EXERCISE AIM
Using the records that appear below, write out exactly the lines from the one with "#138=IFCINDEXEDPOLYGONALFACE((53,54,58,57));" through the one with "#141=IFCINDEXEDPOLYGONALFACE((61,63,64,62));", keeping both end lines.

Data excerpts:
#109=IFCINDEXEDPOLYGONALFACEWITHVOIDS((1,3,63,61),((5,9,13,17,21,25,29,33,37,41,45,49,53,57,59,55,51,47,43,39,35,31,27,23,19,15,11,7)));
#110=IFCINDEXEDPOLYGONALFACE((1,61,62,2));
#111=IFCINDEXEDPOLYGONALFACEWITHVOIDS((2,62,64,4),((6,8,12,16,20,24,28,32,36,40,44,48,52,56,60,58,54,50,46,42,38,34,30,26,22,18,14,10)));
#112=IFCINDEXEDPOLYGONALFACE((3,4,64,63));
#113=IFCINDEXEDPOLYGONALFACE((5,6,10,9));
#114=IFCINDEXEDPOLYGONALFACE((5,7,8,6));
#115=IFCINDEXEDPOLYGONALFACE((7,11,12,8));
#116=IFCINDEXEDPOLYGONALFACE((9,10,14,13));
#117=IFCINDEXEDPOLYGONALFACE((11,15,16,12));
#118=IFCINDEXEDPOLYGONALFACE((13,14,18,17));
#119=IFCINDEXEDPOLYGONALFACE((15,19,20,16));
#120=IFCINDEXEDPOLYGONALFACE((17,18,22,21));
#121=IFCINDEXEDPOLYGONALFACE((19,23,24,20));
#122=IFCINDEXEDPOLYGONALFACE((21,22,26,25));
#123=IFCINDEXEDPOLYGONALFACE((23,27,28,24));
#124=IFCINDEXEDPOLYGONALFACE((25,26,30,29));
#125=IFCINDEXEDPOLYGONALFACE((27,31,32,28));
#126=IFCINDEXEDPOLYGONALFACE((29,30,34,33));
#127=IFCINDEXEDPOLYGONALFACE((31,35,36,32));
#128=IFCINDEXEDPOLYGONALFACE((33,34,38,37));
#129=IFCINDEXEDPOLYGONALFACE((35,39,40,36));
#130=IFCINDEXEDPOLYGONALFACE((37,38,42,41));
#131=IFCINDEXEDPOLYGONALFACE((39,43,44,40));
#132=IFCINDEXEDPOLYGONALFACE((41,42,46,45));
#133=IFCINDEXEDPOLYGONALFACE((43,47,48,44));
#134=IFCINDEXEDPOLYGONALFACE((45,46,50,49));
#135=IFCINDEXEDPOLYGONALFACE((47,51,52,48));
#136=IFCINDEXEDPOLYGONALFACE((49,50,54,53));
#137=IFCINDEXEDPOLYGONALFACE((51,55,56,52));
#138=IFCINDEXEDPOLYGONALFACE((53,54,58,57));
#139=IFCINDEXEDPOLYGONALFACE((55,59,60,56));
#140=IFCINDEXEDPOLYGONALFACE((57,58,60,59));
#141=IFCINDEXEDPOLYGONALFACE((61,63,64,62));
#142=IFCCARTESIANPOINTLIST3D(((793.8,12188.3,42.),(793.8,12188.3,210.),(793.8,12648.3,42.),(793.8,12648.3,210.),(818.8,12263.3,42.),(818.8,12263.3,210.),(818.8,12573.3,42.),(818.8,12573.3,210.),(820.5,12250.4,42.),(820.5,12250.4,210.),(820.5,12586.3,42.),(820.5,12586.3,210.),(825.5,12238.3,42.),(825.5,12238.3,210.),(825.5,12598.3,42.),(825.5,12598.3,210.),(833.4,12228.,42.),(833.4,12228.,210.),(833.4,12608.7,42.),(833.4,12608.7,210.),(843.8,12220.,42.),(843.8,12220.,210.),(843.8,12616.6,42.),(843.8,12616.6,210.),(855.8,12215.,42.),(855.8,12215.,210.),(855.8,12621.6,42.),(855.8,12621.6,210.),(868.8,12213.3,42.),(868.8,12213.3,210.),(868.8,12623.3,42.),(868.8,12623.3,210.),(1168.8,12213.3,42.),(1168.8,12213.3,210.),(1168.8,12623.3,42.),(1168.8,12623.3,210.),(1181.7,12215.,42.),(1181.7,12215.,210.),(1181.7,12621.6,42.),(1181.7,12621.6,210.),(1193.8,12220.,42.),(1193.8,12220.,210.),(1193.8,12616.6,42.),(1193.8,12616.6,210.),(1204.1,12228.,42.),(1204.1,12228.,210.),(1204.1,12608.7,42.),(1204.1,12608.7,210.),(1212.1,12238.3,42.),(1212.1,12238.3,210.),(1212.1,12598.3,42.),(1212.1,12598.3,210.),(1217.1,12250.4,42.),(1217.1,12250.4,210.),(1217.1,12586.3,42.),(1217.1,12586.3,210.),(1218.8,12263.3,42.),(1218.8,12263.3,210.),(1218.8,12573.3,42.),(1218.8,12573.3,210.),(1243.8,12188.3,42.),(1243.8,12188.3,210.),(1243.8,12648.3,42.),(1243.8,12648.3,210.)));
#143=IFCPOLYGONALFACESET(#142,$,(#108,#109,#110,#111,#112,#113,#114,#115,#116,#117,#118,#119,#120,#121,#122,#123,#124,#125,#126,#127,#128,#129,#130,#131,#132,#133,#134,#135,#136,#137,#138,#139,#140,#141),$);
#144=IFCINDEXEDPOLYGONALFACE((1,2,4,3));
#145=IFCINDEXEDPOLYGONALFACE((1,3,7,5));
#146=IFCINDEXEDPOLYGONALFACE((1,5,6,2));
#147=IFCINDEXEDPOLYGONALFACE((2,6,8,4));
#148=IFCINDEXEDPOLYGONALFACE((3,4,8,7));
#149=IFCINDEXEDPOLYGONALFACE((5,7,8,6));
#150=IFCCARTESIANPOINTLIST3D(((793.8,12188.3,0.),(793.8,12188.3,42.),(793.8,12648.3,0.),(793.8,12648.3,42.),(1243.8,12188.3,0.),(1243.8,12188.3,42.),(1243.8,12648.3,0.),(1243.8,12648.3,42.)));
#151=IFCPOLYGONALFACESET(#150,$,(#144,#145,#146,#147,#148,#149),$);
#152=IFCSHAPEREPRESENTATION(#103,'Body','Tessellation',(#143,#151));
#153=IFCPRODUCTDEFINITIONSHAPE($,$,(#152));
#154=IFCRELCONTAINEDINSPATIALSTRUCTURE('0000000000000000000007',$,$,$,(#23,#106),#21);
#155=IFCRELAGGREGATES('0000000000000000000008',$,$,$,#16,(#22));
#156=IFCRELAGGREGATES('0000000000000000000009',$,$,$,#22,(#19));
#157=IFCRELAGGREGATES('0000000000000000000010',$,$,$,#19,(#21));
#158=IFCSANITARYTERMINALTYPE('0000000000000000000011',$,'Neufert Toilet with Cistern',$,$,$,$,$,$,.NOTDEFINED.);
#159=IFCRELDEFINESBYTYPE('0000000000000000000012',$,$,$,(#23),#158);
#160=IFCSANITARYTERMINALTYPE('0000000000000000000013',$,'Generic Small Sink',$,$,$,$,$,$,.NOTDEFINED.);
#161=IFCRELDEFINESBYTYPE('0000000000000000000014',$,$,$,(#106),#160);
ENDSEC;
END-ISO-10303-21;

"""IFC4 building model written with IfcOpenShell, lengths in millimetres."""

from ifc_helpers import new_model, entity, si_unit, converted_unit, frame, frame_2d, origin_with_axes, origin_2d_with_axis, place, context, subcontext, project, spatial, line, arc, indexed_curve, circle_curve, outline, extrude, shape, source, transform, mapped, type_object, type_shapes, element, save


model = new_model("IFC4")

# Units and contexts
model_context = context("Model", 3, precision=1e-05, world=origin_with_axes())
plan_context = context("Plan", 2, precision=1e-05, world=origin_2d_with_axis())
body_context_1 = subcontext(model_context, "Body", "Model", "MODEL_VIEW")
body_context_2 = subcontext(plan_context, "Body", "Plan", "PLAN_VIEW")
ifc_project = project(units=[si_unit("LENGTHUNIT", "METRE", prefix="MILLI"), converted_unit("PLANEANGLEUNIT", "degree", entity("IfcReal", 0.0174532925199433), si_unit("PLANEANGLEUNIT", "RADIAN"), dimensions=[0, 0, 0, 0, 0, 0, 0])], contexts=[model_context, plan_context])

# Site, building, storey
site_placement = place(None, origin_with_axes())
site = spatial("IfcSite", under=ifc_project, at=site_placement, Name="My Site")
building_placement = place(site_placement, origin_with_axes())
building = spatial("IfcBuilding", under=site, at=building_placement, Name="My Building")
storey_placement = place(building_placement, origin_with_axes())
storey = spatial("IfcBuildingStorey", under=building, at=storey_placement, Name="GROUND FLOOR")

RESPONSE BELOW
#138=IFCINDEXEDPOLYGONALFACE((53,54,58,57));
#139=IFCINDEXEDPOLYGONALFACE((55,59,60,56));
#140=IFCINDEXEDPOLYGONALFACE((57,58,60,59));
#141=IFCINDEXEDPOLYGONALFACE((61,63,64,62));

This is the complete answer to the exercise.